** Data section follows **

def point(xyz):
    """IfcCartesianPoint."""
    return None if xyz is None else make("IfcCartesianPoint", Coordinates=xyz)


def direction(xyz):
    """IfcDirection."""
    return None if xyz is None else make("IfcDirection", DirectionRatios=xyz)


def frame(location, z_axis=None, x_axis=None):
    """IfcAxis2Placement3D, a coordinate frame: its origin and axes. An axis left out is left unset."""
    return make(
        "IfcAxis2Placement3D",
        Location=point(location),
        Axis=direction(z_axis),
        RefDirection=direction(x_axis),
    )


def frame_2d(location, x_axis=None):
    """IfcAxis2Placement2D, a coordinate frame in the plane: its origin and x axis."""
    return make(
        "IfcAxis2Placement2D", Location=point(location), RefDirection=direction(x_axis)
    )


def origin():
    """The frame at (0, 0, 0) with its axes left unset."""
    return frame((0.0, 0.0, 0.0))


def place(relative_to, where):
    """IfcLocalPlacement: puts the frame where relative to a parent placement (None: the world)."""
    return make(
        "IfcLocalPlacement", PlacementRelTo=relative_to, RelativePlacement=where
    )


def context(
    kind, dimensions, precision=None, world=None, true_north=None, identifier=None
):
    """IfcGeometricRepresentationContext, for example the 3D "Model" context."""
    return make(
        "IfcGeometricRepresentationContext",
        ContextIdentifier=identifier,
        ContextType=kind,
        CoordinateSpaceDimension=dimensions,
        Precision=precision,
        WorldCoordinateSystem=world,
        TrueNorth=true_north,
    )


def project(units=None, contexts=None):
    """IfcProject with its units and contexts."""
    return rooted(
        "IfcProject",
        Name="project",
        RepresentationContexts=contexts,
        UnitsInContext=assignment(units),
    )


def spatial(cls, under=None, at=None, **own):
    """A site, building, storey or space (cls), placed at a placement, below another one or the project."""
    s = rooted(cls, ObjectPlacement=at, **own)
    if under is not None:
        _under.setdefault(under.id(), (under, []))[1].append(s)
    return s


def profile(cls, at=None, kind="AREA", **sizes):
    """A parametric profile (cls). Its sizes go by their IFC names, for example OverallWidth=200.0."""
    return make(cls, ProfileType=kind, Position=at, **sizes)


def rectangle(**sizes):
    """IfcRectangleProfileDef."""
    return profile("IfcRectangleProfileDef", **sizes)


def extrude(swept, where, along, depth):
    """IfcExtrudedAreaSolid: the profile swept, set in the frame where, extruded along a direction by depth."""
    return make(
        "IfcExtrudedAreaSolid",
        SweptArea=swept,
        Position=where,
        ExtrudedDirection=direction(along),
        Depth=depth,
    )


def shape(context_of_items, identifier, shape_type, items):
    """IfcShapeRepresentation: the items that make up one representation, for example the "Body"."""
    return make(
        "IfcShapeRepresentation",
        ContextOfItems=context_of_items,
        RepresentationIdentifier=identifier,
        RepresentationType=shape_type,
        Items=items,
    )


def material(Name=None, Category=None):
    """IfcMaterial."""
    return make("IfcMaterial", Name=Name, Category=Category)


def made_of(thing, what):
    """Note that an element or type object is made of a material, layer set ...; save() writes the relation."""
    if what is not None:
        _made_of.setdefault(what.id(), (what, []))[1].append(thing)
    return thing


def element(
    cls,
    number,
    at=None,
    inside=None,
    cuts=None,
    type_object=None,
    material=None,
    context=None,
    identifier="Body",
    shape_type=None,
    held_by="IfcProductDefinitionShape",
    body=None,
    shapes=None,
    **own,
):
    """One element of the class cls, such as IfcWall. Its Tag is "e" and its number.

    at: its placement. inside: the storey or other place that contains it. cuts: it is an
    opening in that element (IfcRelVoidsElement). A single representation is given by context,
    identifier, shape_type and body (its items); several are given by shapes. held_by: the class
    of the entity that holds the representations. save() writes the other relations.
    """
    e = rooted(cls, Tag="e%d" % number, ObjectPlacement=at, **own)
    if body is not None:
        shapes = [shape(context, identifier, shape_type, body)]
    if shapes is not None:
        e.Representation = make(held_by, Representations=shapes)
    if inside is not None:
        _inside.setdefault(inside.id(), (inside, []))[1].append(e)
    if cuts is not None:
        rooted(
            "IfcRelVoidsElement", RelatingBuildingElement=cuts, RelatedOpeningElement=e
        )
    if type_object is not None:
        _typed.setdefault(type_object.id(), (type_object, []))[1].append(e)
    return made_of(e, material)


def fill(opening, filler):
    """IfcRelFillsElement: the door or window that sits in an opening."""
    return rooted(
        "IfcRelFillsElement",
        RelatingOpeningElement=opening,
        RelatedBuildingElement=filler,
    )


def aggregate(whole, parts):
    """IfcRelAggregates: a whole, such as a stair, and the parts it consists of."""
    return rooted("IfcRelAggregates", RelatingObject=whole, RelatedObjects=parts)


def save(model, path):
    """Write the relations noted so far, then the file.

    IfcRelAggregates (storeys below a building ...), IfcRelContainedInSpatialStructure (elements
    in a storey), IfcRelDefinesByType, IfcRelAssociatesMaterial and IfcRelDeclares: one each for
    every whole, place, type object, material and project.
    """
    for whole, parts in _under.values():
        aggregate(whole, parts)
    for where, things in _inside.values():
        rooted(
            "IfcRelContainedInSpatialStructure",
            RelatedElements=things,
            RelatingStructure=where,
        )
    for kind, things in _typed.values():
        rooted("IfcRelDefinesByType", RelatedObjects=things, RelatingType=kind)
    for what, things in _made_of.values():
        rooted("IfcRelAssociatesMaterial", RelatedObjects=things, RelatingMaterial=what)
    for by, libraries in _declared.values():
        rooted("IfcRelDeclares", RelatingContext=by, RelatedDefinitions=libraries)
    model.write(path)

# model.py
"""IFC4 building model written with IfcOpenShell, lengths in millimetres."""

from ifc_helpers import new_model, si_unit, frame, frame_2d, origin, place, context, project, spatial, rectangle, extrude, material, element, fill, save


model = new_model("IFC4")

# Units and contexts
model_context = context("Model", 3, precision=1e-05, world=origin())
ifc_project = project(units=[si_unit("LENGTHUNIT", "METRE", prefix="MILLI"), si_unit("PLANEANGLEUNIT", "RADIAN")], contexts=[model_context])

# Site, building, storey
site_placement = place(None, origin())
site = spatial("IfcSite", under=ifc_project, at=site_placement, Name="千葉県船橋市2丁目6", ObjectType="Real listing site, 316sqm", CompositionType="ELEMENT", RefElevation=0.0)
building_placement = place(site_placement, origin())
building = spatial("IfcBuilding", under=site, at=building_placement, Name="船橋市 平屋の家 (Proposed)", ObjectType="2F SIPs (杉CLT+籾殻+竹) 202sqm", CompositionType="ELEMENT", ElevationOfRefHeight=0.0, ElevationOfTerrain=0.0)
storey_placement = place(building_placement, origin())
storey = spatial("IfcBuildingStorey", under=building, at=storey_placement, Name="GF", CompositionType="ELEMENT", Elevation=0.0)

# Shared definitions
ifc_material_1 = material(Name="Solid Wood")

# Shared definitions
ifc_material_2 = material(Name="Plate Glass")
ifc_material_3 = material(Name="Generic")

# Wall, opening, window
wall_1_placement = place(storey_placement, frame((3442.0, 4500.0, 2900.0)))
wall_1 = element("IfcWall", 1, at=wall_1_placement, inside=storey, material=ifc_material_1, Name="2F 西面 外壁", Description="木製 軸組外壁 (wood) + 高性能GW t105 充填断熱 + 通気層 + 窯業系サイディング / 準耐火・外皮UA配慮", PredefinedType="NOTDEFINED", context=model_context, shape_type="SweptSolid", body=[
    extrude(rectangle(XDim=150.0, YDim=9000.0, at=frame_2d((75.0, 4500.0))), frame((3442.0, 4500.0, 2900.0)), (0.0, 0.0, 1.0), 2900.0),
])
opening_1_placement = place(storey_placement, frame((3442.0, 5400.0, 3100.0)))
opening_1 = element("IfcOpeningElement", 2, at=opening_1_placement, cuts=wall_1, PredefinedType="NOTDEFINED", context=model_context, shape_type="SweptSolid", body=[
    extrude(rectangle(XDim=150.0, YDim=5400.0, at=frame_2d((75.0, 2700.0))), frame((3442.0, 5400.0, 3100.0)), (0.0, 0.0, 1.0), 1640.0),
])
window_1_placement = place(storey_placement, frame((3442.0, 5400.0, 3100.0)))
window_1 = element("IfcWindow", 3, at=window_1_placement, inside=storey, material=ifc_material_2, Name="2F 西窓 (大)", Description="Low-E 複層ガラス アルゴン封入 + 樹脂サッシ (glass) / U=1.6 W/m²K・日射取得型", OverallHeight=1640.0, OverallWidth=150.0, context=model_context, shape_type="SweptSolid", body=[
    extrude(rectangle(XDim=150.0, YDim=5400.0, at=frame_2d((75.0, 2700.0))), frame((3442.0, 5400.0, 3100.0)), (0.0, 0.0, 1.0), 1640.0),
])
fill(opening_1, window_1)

** End of Data section **

What you should do:
Looking at the records above, return exactly the lines from the line with "for whole, parts" to the line with "for what, things", both ends included.

Exercise solution:
    for whole, parts in _under.values():
        aggregate(whole, parts)
    for where, things in _inside.values():
        rooted(
            "IfcRelContainedInSpatialStructure",
            RelatedElements=things,
            RelatingStructure=where,
        )
    for kind, things in _typed.values():
        rooted("IfcRelDefinesByType", RelatedObjects=things, RelatingType=kind)
    for what, things in _made_of.values():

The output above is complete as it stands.